Data under study:
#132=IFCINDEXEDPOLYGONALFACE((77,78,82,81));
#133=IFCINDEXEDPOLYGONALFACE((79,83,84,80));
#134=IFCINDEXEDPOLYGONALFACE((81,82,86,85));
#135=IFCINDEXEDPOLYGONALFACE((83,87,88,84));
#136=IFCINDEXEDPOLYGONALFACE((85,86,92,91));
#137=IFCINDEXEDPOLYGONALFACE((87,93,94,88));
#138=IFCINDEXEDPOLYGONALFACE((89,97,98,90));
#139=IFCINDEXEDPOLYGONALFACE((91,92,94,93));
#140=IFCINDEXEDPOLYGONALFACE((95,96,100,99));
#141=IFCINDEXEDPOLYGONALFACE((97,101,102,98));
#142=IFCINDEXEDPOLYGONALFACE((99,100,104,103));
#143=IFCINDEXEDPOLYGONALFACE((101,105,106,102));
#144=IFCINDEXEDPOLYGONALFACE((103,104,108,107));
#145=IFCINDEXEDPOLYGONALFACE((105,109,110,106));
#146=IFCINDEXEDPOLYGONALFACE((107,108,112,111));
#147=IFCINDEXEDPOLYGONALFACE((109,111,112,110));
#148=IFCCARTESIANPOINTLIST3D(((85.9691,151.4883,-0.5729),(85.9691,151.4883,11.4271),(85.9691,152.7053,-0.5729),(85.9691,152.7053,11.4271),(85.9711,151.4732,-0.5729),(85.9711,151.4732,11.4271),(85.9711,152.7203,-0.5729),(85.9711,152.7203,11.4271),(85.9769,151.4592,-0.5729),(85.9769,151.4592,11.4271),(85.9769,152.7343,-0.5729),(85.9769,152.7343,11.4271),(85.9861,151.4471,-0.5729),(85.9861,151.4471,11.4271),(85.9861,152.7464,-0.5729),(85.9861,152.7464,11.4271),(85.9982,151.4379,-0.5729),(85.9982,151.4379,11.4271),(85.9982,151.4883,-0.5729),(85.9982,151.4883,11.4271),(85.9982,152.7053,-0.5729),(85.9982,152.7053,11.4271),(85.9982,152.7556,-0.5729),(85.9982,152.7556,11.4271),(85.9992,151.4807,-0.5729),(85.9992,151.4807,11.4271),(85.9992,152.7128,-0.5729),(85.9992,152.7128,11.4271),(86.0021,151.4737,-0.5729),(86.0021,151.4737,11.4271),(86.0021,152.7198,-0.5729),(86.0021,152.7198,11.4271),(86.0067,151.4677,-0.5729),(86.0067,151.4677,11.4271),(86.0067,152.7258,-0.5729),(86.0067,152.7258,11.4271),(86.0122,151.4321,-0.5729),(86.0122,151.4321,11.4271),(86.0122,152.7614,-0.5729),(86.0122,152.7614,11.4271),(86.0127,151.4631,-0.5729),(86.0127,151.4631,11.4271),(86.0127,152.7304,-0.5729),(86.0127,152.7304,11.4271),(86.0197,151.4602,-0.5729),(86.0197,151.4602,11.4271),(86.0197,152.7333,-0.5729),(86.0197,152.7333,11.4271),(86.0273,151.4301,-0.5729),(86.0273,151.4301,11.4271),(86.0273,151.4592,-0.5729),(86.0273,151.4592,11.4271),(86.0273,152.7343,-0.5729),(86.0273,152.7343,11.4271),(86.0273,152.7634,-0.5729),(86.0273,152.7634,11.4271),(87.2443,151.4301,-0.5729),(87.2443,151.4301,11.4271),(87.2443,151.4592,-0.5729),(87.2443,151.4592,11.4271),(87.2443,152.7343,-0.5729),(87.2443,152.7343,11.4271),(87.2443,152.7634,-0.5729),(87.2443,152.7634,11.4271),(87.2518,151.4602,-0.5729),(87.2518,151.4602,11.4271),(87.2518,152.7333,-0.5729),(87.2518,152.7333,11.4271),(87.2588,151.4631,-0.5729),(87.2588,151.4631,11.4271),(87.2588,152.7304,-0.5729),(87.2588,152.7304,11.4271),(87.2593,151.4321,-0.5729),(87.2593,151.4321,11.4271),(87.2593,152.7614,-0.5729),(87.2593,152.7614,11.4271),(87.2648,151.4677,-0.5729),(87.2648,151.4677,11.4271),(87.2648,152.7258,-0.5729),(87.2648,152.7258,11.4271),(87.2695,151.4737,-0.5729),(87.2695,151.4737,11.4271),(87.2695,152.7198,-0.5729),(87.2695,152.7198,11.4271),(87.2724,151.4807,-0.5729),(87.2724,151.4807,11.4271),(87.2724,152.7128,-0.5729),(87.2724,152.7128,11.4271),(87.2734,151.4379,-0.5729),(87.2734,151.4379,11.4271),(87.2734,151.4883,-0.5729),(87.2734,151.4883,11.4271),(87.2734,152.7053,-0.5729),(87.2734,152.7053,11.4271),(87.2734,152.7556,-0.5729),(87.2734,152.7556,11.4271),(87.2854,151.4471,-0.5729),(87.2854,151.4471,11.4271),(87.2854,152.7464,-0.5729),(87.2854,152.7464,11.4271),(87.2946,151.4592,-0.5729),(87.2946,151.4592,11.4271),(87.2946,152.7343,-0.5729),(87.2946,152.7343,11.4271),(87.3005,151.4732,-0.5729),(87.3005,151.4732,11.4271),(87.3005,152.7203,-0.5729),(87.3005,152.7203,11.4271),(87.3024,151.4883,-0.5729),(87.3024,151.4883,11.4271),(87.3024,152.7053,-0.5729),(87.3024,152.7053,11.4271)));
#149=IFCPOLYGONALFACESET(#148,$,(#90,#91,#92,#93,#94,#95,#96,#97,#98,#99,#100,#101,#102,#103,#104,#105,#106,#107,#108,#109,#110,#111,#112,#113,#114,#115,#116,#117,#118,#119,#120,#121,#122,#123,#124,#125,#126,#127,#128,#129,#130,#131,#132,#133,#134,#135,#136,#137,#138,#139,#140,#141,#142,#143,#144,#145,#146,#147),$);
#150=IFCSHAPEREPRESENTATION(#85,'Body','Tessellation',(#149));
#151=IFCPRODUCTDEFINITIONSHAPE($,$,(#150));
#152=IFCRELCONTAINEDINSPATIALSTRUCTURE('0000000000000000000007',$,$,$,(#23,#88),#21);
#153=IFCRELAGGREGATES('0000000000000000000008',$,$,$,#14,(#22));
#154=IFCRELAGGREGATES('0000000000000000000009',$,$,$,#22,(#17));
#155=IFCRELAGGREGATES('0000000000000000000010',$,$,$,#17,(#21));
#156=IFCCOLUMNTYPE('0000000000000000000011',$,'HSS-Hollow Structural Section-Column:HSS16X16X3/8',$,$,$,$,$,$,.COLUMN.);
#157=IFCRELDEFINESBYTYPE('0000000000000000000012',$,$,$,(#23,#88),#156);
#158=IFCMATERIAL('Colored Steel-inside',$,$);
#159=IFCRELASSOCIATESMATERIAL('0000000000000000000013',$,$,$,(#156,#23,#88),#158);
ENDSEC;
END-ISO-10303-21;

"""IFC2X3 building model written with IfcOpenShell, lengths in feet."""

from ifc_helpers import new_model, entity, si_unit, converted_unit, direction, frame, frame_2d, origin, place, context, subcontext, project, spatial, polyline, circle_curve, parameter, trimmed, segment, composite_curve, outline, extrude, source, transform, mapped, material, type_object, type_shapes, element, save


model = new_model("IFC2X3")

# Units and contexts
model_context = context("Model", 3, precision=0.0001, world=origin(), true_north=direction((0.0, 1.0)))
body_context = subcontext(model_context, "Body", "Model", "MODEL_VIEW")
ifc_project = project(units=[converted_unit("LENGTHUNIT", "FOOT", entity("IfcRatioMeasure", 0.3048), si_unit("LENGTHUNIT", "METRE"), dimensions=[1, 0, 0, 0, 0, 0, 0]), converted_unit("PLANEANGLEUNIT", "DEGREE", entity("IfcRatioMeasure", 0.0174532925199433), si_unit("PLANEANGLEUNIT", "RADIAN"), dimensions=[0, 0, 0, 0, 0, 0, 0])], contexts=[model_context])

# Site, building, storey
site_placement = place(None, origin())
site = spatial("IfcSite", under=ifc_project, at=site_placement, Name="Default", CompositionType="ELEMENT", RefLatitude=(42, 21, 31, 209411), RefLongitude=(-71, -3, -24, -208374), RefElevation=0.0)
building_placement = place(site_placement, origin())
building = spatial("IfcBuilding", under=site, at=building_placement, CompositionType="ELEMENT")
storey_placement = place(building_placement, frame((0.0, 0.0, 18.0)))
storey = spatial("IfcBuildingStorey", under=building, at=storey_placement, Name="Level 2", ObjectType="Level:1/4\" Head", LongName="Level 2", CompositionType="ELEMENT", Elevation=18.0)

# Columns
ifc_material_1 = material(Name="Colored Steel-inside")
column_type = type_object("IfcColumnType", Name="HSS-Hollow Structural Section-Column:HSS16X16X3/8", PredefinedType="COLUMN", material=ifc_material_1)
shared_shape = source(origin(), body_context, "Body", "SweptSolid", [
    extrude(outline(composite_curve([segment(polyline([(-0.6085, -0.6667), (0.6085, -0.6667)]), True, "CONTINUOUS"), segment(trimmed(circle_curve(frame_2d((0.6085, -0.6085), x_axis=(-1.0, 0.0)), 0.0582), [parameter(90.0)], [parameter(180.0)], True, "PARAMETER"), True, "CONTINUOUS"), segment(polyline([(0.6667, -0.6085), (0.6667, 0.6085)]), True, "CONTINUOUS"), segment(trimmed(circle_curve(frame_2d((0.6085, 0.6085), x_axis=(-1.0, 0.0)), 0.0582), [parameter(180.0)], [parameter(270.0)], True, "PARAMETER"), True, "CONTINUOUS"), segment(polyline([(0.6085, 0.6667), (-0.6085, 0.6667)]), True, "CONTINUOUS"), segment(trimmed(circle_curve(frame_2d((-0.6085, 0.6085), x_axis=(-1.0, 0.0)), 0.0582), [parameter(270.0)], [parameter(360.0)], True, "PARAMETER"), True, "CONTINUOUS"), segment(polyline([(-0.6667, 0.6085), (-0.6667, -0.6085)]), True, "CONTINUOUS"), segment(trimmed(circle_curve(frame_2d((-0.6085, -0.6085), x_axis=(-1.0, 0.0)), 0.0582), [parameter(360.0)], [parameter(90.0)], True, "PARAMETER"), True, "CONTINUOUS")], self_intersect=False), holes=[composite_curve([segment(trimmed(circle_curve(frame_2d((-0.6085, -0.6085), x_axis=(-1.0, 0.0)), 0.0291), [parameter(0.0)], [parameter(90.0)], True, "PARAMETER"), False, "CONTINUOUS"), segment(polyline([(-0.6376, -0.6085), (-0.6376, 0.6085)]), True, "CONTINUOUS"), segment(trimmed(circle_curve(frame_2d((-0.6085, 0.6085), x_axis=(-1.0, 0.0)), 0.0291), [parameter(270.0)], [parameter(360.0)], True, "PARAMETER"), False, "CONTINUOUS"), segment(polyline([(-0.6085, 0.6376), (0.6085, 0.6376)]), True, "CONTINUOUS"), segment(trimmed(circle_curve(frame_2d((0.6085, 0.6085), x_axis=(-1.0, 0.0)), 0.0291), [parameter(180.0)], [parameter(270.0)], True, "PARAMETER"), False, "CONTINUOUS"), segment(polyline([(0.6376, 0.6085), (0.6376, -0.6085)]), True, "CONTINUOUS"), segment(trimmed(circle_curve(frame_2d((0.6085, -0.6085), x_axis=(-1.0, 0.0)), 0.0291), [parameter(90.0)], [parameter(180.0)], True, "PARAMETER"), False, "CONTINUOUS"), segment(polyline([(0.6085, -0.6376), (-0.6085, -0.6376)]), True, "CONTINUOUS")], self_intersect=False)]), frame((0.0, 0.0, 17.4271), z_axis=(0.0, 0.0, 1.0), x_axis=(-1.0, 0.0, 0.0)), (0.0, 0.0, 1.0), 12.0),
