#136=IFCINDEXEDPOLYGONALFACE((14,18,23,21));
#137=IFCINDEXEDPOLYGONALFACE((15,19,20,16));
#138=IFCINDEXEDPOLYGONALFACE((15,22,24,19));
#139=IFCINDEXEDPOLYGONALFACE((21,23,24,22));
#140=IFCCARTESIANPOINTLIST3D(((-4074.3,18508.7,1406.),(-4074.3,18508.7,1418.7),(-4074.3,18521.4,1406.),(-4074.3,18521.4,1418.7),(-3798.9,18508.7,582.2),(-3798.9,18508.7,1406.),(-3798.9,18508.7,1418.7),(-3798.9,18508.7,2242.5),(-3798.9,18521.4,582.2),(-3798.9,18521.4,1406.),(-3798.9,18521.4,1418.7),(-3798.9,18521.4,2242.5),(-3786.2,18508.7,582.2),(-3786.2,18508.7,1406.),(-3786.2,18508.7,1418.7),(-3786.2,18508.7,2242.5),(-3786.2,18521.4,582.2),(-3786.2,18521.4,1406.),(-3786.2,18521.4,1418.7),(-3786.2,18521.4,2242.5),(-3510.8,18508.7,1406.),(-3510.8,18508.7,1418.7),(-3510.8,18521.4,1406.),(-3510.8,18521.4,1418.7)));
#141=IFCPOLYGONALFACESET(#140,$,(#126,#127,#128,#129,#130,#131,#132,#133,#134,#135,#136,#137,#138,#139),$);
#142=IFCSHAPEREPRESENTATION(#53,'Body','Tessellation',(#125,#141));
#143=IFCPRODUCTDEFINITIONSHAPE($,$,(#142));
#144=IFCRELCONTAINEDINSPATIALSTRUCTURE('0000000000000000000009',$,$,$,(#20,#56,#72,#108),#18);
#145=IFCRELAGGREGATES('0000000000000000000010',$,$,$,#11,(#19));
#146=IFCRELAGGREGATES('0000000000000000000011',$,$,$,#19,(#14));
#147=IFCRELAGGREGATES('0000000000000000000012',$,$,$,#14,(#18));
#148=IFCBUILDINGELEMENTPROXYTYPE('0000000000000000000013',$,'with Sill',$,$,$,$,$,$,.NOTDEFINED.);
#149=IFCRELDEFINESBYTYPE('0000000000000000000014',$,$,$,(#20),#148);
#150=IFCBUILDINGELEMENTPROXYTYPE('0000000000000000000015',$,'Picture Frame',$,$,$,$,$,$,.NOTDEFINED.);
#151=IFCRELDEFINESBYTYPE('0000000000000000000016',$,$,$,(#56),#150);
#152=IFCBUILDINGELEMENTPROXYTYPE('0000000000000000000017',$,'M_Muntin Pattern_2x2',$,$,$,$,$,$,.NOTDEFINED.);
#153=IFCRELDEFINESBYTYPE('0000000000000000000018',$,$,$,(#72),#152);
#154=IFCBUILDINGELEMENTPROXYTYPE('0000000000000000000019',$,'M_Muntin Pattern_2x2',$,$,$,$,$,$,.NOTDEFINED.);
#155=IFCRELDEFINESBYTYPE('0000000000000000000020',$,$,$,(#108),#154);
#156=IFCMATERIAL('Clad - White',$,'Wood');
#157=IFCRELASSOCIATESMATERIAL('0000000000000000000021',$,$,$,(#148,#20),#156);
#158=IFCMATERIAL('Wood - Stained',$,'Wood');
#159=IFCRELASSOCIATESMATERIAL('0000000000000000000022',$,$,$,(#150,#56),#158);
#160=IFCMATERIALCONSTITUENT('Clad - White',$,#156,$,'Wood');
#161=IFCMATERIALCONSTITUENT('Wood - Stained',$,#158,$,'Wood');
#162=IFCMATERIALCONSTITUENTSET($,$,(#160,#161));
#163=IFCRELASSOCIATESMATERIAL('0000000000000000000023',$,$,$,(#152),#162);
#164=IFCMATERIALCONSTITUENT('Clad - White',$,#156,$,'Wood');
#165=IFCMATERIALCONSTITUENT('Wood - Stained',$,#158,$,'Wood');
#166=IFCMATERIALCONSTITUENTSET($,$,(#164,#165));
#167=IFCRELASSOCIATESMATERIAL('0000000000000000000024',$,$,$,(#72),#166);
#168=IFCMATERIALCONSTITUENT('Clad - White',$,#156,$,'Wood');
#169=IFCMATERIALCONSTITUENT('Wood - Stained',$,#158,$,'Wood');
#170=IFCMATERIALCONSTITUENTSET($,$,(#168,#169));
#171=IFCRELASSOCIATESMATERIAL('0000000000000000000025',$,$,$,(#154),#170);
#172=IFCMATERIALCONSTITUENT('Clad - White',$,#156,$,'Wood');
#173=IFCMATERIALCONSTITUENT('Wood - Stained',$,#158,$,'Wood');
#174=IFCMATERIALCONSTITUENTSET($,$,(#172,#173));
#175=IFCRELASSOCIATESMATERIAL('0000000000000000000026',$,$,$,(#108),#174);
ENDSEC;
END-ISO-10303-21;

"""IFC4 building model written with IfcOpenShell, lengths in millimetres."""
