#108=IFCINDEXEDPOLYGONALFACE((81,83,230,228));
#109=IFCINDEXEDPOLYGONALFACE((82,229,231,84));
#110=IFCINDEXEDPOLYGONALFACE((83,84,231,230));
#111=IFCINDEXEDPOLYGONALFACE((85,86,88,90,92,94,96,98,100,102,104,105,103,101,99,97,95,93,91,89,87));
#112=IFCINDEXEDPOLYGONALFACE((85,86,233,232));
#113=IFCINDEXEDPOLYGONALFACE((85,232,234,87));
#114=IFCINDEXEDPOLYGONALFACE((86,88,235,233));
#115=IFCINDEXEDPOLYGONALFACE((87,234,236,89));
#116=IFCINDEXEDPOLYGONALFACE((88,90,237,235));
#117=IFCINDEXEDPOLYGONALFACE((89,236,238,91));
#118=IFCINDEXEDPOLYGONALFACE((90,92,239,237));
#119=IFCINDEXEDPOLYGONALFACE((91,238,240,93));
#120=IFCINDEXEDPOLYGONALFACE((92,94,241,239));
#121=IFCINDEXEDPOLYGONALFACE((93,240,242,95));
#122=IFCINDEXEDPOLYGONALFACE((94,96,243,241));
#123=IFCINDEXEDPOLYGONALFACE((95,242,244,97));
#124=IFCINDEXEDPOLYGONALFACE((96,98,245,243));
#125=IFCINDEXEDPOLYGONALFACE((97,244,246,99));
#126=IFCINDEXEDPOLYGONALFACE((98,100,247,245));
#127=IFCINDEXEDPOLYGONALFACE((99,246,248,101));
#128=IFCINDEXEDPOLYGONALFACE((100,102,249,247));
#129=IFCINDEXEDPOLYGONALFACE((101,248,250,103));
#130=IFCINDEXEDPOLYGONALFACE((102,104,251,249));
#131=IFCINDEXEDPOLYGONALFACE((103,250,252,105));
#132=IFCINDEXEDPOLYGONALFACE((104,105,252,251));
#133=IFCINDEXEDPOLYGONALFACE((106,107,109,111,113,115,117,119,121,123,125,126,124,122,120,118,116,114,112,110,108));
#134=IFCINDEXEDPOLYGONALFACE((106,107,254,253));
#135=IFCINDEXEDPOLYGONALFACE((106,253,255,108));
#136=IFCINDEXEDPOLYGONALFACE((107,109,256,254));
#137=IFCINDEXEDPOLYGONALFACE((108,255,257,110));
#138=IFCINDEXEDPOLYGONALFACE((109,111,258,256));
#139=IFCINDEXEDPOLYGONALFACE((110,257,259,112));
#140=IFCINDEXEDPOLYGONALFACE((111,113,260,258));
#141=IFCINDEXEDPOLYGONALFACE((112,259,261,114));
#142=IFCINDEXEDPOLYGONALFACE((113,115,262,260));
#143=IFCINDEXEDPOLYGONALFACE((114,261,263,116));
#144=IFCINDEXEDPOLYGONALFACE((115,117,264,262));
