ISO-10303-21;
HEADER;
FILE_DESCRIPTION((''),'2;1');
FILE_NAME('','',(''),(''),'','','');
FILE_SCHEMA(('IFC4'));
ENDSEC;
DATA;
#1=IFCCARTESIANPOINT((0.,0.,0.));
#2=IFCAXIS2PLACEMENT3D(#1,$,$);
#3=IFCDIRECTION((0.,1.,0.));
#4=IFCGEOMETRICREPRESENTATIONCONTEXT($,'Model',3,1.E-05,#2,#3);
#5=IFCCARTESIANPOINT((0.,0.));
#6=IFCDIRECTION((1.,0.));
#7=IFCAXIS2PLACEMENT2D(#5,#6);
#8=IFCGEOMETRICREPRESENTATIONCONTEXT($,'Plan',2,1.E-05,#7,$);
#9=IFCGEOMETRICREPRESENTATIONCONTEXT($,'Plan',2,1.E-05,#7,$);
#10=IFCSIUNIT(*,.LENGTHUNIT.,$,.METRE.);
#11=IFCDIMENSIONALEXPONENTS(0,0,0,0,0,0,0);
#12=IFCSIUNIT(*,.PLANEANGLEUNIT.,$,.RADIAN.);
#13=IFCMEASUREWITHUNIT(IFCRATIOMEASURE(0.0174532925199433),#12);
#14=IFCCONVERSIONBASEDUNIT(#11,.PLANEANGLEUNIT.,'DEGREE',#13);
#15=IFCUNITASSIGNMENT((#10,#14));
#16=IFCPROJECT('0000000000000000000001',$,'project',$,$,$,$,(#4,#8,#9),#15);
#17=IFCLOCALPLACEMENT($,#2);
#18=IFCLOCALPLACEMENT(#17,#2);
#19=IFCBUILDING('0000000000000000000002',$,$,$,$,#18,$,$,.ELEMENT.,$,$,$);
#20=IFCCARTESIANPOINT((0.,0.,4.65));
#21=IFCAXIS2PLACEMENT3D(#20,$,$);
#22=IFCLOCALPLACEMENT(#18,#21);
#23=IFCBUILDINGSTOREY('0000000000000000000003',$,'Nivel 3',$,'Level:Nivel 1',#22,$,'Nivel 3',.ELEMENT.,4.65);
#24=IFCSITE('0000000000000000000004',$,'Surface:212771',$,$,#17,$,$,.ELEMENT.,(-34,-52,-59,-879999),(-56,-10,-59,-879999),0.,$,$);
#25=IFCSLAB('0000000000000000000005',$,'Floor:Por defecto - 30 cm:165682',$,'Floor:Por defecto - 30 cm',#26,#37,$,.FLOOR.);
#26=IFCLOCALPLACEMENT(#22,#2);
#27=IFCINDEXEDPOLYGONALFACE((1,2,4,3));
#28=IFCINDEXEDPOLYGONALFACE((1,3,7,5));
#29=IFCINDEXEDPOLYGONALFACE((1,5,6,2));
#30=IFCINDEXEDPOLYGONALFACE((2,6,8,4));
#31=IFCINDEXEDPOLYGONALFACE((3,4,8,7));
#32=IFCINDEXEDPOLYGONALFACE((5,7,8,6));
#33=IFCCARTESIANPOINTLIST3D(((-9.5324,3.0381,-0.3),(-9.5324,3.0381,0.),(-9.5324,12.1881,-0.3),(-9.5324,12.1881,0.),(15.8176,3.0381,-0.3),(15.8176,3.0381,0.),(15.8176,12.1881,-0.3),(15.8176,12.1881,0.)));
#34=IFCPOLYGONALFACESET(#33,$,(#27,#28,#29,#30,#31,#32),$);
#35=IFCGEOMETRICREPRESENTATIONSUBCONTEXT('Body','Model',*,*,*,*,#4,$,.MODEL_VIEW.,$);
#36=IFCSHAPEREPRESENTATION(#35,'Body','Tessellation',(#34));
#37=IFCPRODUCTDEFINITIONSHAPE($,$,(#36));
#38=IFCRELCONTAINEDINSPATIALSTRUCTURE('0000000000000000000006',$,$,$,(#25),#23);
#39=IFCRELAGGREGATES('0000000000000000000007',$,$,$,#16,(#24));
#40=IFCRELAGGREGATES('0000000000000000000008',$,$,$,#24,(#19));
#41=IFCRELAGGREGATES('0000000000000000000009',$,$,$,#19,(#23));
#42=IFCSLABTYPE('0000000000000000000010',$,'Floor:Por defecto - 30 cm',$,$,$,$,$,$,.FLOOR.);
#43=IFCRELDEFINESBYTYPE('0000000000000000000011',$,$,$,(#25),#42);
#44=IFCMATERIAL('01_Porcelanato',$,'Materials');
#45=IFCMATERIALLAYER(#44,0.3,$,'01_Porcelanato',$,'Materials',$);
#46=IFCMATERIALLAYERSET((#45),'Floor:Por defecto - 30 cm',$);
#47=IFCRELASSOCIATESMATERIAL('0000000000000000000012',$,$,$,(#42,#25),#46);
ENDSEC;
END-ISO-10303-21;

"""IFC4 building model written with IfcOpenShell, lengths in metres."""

from ifc_helpers import new_model, entity, si_unit, converted_unit, direction, frame, origin, origin_2d_with_axis, place, context, subcontext, project, spatial, indexed_curve, outline, extrude, material, layer, layer_set, type_object, element, save


model = new_model("IFC4")

# Units and contexts
model_context = context("Model", 3, precision=1e-05, world=origin(), true_north=direction((0.0, 1.0, 0.0)))
plan_context_1 = context("Plan", 2, precision=1e-05, world=origin_2d_with_axis())
plan_context_2 = context("Plan", 2, precision=1e-05, world=origin_2d_with_axis())
body_context = subcontext(model_context, "Body", "Model", "MODEL_VIEW")
ifc_project = project(units=[si_unit("LENGTHUNIT", "METRE"), converted_unit("PLANEANGLEUNIT", "DEGREE", entity("IfcRatioMeasure", 0.0174532925199433), si_unit("PLANEANGLEUNIT", "RADIAN"), dimensions=[0, 0, 0, 0, 0, 0, 0])], contexts=[model_context, plan_context_1, plan_context_2])

# Site, building, storey
site_placement = place(None, origin())
site = spatial("IfcSite", under=ifc_project, at=site_placement, Name="Surface:212771", CompositionType="ELEMENT", RefLatitude=(-34, -52, -59, -879999), RefLongitude=(-56, -10, -59, -879999), RefElevation=0.0)
building_placement = place(site_placement, origin())
building = spatial("IfcBuilding", under=site, at=building_placement, CompositionType="ELEMENT")
storey_placement = place(building_placement, frame((0.0, 0.0, 4.65)))
storey = spatial("IfcBuildingStorey", under=building, at=storey_placement, Name="Nivel 3", ObjectType="Level:Nivel 1", LongName="Nivel 3", CompositionType="ELEMENT", Elevation=4.65)

# Slab
ifc_material = material(Name="01_Porcelanato", Category="Materials")
ifc_layer = layer(ifc_material, 0.3, Name="01_Porcelanato", Category="Materials")
ifc_layer_set = layer_set([ifc_layer], Name="Floor:Por defecto - 30 cm")
slab_type = type_object("IfcSlabType", Name="Floor:Por defecto - 30 cm", PredefinedType="FLOOR", material=ifc_layer_set)
slab_placement = place(storey_placement, origin())
element("IfcSlab", 1, at=slab_placement, inside=storey, type_object=slab_type, material=ifc_layer_set, Name="Floor:Por defecto - 30 cm:165682", ObjectType="Floor:Por defecto - 30 cm", PredefinedType="FLOOR", context=body_context, shape_type="SweptSolid", body=[
    extrude(outline(indexed_curve([(-4.575, -12.675), (4.575, -12.675), (4.575, 12.675), (-4.575, 12.675), (-4.575, -12.675)], self_intersect=False)), frame((3.1426, 7.6131, 0.0), z_axis=(0.0, 0.0, -1.0), x_axis=(0.0, 1.0, 0.0)), (0.0, 0.0, 1.0), 0.3),
])

save(model, "model.ifc")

Directions for this task:
Write out, unaltered, the lines from the opening of the listing through the line that includes "#137=IFCINDEXEDPOLYGONALFACE((87,93,94,88));".

Solution to the exercise:
#132=IFCINDEXEDPOLYGONALFACE((77,78,82,81));
#133=IFCINDEXEDPOLYGONALFACE((79,83,84,80));
#134=IFCINDEXEDPOLYGONALFACE((81,82,86,85));
#135=IFCINDEXEDPOLYGONALFACE((83,87,88,84));
#136=IFCINDEXEDPOLYGONALFACE((85,86,92,91));
#137=IFCINDEXEDPOLYGONALFACE((87,93,94,88));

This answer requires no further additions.